PROBLEM REQUIREMENTS >> When the line containing "#53=IFCINDEXEDPOLYGONALFACE((1,5,6,2));" is found in the data below, copy it and each line after it through the line containing "#66=IFCINDEXEDPOLYGONALFACE((2,6,8,4));", exactly and with no others.

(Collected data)
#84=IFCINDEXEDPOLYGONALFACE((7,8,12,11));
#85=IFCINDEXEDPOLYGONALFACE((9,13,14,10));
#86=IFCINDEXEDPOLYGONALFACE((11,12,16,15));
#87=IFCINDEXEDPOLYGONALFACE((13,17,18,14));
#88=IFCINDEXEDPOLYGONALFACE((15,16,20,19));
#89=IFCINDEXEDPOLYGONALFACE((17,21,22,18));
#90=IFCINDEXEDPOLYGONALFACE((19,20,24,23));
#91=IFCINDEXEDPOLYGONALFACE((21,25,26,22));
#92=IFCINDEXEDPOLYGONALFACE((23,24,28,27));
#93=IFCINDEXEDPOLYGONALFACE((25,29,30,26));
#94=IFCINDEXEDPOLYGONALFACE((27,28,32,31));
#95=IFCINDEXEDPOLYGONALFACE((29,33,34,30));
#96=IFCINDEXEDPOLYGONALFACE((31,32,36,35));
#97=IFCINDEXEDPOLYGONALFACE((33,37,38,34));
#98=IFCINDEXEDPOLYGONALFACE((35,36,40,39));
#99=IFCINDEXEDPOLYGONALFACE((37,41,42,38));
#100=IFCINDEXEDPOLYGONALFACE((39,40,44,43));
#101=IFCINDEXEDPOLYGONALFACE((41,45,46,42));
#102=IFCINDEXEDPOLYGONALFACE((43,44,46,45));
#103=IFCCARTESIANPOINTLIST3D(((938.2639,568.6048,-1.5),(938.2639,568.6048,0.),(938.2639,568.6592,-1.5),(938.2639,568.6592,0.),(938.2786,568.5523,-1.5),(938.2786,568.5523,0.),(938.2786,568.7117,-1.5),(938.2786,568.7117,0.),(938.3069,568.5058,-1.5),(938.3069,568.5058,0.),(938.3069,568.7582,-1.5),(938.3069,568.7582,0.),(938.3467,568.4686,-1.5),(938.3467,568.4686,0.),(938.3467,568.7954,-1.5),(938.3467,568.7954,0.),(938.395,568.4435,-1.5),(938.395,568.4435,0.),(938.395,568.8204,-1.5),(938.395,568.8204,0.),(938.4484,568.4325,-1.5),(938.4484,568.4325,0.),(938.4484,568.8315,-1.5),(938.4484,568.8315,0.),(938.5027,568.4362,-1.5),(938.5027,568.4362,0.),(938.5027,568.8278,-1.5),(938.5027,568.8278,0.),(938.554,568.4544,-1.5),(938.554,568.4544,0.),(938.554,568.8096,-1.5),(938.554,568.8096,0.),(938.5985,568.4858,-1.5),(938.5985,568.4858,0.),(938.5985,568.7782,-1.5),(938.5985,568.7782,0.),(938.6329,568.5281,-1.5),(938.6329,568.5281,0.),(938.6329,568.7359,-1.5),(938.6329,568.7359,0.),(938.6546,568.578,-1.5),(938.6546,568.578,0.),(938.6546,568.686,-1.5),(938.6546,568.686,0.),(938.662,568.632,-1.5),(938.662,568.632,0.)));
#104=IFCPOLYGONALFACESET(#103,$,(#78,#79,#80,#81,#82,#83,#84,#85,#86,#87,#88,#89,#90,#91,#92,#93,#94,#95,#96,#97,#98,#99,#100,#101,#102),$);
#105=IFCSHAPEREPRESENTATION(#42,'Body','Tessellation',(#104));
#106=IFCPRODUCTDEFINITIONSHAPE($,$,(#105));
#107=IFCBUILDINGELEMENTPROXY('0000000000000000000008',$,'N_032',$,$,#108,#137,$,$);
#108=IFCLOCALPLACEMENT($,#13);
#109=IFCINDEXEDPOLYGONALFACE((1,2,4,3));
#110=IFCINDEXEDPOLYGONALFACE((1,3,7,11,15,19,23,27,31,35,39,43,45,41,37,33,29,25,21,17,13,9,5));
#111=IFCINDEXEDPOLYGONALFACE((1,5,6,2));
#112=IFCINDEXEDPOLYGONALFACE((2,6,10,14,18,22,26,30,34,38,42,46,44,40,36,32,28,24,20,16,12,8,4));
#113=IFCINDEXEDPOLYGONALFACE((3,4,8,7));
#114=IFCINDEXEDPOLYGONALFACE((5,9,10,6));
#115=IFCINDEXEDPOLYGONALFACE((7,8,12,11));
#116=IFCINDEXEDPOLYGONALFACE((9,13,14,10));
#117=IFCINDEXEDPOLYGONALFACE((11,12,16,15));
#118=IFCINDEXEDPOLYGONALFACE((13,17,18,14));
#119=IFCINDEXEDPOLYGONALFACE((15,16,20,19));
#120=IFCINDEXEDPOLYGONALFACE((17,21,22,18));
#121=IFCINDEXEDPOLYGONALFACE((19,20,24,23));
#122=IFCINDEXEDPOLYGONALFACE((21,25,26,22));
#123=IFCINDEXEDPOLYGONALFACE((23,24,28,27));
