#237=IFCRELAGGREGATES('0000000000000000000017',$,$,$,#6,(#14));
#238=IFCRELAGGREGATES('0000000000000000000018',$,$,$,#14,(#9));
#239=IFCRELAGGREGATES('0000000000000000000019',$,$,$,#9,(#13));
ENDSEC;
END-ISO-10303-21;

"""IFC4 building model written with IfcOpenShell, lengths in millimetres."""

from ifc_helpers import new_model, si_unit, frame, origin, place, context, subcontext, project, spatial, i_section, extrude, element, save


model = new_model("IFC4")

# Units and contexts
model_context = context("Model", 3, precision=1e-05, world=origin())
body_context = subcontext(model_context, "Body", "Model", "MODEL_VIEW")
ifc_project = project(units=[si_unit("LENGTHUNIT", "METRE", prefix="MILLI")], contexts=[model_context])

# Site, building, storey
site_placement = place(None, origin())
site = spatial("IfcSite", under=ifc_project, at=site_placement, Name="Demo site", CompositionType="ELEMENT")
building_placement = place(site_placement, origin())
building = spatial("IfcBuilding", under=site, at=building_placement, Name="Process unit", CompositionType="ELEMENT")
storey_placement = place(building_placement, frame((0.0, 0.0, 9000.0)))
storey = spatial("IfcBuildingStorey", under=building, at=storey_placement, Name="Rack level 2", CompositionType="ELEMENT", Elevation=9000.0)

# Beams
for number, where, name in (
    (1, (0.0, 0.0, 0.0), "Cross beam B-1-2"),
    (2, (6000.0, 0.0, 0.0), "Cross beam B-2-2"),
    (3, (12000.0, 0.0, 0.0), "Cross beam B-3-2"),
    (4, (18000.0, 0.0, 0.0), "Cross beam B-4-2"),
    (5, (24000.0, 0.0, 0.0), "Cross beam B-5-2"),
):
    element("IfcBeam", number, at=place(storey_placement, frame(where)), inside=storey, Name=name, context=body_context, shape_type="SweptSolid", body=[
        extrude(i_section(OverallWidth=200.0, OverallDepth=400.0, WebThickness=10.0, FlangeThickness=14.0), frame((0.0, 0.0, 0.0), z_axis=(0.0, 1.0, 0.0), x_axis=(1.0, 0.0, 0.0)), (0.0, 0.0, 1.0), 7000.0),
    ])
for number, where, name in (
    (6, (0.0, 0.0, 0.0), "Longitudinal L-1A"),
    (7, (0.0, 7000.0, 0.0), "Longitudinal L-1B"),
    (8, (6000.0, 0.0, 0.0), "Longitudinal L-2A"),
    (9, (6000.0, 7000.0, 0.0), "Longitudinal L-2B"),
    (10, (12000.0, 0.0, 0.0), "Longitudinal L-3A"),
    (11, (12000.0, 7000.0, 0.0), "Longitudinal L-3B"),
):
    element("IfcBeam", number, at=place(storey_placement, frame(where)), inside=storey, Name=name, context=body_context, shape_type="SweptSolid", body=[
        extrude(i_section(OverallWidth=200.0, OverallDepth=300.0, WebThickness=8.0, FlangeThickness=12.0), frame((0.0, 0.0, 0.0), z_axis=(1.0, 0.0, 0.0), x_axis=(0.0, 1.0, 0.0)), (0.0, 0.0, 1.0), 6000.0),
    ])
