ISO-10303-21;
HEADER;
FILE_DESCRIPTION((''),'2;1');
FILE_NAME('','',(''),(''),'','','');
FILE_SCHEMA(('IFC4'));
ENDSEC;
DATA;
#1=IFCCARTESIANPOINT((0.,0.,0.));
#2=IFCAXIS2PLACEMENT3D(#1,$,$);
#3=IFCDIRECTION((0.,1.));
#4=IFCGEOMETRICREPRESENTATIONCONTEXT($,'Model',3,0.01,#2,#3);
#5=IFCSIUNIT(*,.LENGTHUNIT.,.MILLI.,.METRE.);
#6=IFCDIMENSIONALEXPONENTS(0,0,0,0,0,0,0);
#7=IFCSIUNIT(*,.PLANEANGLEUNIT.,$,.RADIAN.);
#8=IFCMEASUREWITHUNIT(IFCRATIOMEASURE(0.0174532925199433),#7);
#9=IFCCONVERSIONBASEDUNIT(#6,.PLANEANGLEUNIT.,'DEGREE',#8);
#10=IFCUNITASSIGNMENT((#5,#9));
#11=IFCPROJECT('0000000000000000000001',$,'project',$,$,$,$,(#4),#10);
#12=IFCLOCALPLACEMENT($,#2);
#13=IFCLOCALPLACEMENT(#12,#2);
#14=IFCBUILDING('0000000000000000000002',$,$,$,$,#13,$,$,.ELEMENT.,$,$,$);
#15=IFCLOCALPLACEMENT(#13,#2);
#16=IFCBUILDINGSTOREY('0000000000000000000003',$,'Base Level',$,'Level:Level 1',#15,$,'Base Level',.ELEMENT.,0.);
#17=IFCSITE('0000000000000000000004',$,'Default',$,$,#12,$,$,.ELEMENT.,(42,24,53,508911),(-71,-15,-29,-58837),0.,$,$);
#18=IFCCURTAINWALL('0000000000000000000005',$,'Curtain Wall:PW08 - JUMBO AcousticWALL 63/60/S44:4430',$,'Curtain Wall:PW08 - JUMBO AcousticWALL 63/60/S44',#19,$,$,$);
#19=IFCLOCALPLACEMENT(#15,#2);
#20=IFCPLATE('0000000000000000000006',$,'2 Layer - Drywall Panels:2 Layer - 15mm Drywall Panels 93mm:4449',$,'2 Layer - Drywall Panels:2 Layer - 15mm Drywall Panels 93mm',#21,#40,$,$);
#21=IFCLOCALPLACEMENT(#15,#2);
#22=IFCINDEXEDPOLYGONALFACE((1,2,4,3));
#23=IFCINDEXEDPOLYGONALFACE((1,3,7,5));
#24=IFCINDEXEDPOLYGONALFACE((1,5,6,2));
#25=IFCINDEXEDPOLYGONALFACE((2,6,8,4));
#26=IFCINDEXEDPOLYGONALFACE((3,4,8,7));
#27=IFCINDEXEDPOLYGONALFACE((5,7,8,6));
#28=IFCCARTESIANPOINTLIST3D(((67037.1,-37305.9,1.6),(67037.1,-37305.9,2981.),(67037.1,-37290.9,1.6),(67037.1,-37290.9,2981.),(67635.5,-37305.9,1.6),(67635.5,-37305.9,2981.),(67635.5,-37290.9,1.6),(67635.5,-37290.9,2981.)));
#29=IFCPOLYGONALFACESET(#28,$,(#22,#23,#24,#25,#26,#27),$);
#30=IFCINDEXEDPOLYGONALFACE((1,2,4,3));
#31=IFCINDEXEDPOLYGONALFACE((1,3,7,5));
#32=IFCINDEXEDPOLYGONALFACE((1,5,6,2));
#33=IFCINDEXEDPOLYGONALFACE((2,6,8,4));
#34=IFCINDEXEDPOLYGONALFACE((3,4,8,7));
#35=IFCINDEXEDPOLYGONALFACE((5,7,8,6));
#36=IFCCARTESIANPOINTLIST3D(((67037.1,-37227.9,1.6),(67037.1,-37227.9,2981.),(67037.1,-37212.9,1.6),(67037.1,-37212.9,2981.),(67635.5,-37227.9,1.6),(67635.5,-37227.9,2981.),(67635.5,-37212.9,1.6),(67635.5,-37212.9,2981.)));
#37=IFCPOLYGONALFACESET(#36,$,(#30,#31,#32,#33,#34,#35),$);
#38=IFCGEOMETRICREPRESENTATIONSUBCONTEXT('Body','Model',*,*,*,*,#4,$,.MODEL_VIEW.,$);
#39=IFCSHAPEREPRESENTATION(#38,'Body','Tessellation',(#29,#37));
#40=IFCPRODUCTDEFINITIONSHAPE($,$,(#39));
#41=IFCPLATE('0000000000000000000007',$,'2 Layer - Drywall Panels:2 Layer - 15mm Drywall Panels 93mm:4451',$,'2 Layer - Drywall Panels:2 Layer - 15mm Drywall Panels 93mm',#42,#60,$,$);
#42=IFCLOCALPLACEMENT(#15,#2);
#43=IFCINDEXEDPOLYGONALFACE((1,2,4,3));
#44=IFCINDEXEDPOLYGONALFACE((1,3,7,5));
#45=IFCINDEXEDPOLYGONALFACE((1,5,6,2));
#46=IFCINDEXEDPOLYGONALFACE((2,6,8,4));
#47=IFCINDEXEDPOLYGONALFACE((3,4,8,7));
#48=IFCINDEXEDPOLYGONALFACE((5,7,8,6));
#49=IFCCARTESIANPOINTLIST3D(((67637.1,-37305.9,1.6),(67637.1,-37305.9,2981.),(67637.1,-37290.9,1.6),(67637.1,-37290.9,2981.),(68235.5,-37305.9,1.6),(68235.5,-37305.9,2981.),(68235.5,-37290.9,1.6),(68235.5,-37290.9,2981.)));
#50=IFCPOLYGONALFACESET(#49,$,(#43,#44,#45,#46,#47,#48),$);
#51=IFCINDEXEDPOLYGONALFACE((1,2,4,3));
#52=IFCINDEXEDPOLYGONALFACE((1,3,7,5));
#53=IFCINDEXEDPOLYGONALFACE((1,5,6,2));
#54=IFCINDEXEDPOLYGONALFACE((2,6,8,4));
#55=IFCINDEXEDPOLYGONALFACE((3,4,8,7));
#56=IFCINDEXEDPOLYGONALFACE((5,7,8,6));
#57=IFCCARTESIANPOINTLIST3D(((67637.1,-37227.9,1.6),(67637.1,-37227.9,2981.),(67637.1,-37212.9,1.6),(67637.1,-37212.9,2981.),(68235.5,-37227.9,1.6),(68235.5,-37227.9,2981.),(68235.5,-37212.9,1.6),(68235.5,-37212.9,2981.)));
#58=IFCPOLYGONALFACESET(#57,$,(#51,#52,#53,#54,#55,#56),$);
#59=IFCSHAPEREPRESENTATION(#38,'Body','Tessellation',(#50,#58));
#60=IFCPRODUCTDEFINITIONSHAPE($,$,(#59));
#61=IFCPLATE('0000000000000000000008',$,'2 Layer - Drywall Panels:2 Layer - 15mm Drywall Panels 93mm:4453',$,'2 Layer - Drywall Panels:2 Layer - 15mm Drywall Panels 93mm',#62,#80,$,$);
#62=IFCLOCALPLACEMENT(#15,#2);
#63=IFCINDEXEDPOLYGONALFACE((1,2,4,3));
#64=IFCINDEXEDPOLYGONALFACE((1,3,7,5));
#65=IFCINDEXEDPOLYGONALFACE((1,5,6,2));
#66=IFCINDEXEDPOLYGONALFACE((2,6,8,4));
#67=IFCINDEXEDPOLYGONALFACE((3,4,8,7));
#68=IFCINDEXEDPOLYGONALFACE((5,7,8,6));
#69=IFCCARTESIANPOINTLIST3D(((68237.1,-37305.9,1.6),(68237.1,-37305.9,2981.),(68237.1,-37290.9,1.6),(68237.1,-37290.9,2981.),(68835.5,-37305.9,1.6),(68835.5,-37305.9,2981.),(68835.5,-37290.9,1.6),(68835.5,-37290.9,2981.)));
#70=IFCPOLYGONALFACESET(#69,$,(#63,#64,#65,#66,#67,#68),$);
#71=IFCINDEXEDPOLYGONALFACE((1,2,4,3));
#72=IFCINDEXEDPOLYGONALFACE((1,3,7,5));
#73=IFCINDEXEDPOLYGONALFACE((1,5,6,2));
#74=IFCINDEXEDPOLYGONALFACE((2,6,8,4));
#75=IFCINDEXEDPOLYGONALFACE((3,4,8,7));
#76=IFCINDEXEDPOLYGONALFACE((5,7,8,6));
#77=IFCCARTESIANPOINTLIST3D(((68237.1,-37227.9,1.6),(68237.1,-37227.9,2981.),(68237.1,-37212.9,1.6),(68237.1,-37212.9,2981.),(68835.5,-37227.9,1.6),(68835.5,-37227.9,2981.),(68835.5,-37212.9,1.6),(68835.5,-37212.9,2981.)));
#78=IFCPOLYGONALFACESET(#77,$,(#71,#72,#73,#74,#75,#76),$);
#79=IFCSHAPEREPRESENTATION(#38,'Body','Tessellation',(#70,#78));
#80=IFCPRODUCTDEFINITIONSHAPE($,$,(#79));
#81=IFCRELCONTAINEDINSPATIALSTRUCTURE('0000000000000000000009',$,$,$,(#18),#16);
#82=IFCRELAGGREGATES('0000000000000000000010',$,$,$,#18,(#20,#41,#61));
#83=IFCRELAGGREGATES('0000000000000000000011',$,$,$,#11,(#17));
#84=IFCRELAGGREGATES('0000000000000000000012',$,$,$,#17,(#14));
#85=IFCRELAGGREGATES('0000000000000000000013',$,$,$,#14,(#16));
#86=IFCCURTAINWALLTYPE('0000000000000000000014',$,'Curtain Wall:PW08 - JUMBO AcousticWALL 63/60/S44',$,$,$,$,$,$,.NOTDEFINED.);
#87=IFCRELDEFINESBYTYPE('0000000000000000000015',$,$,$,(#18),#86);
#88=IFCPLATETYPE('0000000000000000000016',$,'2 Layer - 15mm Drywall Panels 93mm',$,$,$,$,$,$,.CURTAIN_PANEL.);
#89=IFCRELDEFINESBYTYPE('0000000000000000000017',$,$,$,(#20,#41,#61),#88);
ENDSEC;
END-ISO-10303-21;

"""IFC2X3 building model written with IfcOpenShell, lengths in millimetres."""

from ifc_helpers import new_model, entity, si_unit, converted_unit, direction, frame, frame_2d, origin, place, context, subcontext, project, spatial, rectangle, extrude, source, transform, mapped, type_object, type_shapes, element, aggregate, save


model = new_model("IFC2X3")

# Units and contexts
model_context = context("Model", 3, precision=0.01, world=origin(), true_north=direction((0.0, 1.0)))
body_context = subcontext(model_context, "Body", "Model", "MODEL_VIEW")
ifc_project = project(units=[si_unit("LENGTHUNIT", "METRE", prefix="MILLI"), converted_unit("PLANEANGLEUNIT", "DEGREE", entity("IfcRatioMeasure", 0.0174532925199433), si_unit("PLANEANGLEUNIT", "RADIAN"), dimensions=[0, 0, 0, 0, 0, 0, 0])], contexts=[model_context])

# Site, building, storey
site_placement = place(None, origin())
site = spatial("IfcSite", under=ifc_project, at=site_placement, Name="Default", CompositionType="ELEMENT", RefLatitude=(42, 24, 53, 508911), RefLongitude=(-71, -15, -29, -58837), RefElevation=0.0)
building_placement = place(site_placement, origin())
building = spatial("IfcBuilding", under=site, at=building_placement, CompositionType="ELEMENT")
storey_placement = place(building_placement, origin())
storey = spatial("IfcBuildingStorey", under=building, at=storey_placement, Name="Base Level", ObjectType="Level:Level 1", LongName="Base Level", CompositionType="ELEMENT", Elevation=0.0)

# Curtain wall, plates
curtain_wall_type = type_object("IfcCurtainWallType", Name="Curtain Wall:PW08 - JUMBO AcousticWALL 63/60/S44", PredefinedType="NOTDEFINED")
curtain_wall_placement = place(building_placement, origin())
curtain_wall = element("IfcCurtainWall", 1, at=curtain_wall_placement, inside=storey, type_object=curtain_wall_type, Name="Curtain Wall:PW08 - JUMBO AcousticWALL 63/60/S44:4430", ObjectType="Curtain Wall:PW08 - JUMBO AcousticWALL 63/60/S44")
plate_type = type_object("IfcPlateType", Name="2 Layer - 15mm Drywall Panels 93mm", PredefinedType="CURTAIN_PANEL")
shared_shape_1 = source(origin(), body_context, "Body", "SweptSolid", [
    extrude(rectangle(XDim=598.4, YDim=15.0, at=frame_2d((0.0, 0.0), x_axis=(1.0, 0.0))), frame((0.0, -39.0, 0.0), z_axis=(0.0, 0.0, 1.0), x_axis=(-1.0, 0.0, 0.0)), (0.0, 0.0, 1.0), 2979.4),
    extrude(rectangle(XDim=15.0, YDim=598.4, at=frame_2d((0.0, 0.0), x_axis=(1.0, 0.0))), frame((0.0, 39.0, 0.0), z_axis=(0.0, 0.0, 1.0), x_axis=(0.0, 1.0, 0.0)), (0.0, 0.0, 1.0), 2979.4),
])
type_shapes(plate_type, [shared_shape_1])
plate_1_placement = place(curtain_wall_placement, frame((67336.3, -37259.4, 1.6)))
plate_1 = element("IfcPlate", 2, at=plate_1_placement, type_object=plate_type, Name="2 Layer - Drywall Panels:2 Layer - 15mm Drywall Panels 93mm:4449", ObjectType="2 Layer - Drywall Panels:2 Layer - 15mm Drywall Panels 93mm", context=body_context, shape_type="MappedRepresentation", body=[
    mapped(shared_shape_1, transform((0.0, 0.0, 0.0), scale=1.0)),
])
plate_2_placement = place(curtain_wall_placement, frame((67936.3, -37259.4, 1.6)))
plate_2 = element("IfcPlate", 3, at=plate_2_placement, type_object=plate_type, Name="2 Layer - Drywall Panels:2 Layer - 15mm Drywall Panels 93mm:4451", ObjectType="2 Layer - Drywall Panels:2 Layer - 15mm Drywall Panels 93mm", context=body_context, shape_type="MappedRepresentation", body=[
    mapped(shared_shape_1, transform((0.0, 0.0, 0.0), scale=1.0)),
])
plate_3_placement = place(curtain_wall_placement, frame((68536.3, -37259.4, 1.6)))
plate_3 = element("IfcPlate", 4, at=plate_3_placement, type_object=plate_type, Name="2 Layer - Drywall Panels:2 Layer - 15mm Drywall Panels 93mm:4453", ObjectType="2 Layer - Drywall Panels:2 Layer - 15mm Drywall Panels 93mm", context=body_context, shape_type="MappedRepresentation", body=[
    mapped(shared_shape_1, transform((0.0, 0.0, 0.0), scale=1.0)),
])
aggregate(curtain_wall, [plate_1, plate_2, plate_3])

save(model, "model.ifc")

RESPONSE BOX >>
#53=IFCINDEXEDPOLYGONALFACE((1,5,6,2));
#54=IFCINDEXEDPOLYGONALFACE((2,6,8,4));
#55=IFCINDEXEDPOLYGONALFACE((3,4,8,7));
#56=IFCINDEXEDPOLYGONALFACE((5,7,8,6));
#57=IFCCARTESIANPOINTLIST3D(((67637.1,-37227.9,1.6),(67637.1,-37227.9,2981.),(67637.1,-37212.9,1.6),(67637.1,-37212.9,2981.),(68235.5,-37227.9,1.6),(68235.5,-37227.9,2981.),(68235.5,-37212.9,1.6),(68235.5,-37212.9,2981.)));
#58=IFCPOLYGONALFACESET(#57,$,(#51,#52,#53,#54,#55,#56),$);
#59=IFCSHAPEREPRESENTATION(#38,'Body','Tessellation',(#50,#58));
#60=IFCPRODUCTDEFINITIONSHAPE($,$,(#59));
#61=IFCPLATE('0000000000000000000008',$,'2 Layer - Drywall Panels:2 Layer - 15mm Drywall Panels 93mm:4453',$,'2 Layer - Drywall Panels:2 Layer - 15mm Drywall Panels 93mm',#62,#80,$,$);
#62=IFCLOCALPLACEMENT(#15,#2);
#63=IFCINDEXEDPOLYGONALFACE((1,2,4,3));
#64=IFCINDEXEDPOLYGONALFACE((1,3,7,5));
#65=IFCINDEXEDPOLYGONALFACE((1,5,6,2));
#66=IFCINDEXEDPOLYGONALFACE((2,6,8,4));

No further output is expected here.